How many lines in the records below hold the string "IFCWALLTYPE"? Please answer with the number and nothing more.

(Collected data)
Start of Block

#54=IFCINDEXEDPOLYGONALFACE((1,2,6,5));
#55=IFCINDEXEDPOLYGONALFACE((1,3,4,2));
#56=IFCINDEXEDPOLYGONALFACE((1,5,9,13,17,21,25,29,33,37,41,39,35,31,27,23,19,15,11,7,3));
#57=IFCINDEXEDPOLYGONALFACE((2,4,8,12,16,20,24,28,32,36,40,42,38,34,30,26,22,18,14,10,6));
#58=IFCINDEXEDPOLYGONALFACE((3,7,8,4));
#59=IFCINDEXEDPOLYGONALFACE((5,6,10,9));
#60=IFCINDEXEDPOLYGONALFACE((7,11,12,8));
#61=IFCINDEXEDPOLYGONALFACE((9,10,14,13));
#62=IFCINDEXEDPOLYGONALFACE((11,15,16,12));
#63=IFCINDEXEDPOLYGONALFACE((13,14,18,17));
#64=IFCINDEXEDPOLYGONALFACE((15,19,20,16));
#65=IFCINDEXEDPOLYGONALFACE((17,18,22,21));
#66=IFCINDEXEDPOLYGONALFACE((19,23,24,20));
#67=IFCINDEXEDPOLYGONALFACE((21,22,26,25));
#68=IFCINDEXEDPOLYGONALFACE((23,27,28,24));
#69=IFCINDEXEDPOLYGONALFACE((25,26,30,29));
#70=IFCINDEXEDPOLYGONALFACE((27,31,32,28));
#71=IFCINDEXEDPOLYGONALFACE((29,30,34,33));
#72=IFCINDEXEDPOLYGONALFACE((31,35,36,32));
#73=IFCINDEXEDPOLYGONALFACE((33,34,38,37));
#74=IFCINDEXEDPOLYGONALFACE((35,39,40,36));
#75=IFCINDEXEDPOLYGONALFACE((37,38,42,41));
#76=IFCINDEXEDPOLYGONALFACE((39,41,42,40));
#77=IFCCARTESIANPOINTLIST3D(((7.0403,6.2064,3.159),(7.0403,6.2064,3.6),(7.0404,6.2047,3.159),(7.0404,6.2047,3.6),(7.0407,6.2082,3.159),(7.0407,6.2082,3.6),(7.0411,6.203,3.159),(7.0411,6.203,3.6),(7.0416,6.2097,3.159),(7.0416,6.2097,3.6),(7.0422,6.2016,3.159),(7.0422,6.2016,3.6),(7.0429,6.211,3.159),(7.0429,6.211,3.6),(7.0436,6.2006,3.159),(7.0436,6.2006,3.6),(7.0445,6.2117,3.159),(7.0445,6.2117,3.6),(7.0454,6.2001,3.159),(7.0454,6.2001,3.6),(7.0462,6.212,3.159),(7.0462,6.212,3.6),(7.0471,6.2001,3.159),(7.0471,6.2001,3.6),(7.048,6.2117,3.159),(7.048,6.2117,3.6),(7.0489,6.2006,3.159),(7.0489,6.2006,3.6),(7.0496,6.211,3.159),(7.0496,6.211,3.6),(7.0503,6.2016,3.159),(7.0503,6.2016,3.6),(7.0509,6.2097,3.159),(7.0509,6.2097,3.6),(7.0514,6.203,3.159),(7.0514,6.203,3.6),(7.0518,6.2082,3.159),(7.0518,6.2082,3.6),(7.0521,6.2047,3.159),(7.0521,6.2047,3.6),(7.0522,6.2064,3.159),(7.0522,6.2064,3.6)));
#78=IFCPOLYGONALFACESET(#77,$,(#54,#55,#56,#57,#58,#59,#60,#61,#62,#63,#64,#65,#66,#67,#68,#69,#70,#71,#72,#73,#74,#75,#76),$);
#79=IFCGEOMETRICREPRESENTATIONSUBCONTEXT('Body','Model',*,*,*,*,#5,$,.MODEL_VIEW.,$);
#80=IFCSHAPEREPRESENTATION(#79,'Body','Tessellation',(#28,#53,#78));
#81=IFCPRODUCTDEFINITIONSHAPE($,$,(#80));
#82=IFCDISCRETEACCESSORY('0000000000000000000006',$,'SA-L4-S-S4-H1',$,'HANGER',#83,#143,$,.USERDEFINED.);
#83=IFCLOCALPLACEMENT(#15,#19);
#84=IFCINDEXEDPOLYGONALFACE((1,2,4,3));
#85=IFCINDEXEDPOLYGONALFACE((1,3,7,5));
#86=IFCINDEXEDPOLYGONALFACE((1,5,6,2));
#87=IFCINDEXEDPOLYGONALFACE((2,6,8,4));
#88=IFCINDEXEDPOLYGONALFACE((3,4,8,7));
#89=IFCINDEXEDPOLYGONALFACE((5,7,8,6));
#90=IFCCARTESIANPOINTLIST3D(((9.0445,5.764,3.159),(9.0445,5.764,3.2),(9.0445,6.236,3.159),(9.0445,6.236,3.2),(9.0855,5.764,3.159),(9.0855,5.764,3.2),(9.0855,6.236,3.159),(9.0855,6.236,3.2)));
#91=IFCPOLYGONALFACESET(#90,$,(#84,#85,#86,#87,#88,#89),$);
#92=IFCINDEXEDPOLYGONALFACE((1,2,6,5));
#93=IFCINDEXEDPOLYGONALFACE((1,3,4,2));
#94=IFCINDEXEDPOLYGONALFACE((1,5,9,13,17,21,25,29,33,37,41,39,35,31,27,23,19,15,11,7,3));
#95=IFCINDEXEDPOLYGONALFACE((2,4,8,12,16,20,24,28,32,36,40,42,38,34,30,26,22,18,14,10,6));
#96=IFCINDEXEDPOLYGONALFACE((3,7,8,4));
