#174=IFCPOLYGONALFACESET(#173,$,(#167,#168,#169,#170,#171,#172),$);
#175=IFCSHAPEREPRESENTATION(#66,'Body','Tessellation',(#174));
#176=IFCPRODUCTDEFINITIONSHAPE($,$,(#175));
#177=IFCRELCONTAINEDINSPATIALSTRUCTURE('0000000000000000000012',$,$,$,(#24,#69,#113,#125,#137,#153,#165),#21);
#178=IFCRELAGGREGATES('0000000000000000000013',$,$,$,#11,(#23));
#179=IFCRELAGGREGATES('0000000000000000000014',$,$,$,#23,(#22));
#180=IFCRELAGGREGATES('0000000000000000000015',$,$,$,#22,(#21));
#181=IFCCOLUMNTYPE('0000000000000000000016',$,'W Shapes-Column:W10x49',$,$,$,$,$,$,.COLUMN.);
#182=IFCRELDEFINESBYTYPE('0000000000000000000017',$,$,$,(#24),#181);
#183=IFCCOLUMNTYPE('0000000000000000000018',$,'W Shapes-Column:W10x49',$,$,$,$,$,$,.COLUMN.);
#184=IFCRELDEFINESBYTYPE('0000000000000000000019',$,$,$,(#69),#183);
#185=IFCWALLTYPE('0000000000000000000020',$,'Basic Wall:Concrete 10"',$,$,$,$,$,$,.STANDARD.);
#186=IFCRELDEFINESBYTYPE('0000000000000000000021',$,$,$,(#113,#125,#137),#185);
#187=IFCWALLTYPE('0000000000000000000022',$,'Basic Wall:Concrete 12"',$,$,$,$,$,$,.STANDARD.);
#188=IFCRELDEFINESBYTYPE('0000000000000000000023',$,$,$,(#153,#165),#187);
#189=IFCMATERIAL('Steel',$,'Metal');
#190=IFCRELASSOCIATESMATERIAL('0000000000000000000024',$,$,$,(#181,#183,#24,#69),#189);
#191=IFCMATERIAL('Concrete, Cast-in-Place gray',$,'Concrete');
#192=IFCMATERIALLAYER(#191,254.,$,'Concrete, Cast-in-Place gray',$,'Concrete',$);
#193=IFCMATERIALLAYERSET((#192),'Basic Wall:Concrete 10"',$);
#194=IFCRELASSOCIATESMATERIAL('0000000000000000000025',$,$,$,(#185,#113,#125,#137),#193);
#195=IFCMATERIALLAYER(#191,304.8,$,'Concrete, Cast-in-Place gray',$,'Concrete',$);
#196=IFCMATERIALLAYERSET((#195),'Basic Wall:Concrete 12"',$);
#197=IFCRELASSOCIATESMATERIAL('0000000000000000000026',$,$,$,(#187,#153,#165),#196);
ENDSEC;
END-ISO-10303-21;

End of Block

REPLY
2